With the records as your source, report how many lines contain "IFCGEOMETRICREPRESENTATIONSUBCONTEXT". Add no other words.

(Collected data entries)
*** Begin section ***

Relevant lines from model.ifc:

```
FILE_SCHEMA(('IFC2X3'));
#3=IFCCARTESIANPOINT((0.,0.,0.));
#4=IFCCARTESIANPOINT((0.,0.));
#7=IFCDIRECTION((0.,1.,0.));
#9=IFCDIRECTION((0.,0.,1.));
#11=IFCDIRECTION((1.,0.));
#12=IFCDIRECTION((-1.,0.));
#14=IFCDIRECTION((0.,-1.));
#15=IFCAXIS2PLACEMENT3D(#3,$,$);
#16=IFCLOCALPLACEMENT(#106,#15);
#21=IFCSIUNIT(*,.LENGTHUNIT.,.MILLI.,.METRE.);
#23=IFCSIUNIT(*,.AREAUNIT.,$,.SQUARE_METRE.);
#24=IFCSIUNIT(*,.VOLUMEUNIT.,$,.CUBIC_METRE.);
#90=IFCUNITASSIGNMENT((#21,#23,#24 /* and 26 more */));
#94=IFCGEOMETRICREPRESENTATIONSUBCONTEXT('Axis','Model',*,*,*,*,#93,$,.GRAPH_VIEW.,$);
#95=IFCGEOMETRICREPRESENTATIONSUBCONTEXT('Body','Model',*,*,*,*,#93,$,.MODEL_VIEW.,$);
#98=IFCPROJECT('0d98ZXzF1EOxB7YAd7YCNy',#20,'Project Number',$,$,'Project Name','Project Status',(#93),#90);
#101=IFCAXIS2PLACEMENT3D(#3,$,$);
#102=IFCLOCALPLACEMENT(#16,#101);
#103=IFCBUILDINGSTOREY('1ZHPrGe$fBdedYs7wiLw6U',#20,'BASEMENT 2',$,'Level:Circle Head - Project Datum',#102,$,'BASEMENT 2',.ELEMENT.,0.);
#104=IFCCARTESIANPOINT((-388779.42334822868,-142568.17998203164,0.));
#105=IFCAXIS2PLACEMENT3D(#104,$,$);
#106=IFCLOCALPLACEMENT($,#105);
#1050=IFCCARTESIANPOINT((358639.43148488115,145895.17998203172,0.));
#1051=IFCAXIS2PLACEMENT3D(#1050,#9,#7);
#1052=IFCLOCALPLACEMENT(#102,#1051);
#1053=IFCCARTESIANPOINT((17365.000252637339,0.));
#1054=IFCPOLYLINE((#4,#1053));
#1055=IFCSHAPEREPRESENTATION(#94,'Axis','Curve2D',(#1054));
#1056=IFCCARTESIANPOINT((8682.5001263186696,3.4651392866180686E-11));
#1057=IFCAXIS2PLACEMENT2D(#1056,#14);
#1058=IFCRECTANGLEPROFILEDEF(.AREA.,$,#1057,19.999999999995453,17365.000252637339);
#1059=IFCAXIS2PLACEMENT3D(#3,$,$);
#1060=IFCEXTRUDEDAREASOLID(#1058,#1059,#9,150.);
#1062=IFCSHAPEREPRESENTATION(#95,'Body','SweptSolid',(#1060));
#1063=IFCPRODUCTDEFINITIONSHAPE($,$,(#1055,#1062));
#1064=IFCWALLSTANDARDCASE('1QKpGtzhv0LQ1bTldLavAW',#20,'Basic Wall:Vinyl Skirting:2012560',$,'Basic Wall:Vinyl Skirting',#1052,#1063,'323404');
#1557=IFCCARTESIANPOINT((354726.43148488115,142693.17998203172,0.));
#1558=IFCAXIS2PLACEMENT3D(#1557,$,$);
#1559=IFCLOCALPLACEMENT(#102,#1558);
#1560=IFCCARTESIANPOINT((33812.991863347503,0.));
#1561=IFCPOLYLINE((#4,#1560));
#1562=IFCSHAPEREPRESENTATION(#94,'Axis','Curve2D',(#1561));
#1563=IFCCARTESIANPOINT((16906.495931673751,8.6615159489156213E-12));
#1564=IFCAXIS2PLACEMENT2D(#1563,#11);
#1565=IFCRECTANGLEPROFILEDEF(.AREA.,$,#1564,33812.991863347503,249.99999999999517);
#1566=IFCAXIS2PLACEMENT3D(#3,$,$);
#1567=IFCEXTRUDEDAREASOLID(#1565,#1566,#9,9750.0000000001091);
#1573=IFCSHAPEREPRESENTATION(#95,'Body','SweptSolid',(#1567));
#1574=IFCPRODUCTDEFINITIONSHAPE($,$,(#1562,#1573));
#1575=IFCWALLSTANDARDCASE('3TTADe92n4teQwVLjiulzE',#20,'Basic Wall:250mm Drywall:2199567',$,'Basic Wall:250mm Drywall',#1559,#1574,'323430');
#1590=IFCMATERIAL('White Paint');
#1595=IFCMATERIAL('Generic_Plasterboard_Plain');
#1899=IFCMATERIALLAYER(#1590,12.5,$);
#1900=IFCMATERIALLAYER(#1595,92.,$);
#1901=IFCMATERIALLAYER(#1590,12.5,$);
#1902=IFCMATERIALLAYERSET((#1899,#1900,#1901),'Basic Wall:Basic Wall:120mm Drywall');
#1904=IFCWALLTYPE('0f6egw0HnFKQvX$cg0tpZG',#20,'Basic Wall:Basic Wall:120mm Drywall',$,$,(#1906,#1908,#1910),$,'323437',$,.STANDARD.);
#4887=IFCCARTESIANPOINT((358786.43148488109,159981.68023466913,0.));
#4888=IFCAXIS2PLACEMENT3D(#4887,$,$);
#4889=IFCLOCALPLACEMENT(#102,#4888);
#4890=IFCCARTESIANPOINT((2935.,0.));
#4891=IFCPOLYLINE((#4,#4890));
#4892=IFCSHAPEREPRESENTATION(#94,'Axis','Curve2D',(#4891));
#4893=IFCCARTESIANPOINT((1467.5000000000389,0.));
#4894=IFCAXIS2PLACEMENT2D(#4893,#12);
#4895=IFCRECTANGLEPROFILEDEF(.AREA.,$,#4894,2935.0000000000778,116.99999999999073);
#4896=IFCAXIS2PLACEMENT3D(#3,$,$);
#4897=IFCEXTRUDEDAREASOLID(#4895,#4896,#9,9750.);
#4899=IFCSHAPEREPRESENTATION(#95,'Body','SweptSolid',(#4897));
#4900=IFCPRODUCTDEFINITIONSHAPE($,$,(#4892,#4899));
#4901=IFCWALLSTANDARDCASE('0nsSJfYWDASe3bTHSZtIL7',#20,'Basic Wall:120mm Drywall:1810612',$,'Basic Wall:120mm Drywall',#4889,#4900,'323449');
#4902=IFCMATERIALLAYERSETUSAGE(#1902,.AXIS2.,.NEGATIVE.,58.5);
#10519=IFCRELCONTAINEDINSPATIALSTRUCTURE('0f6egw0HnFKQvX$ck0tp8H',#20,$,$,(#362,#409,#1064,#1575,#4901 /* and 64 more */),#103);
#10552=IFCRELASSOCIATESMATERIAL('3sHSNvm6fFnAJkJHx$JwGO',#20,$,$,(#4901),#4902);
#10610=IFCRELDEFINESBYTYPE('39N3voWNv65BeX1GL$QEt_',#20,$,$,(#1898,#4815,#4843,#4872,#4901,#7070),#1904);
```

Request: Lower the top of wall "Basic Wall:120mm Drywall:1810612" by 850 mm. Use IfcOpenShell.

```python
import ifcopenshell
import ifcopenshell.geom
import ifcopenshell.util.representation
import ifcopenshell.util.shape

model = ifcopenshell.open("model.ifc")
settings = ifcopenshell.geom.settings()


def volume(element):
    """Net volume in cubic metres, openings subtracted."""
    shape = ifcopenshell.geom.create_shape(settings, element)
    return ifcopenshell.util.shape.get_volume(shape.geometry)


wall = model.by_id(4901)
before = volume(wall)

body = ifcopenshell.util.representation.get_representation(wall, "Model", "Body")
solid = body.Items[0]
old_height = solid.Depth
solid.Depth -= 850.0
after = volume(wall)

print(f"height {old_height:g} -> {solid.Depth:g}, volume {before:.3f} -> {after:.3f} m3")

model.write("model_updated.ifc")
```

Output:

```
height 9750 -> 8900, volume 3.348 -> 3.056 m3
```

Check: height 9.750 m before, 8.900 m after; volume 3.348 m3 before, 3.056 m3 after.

*** End section ***

(Result for this task) 2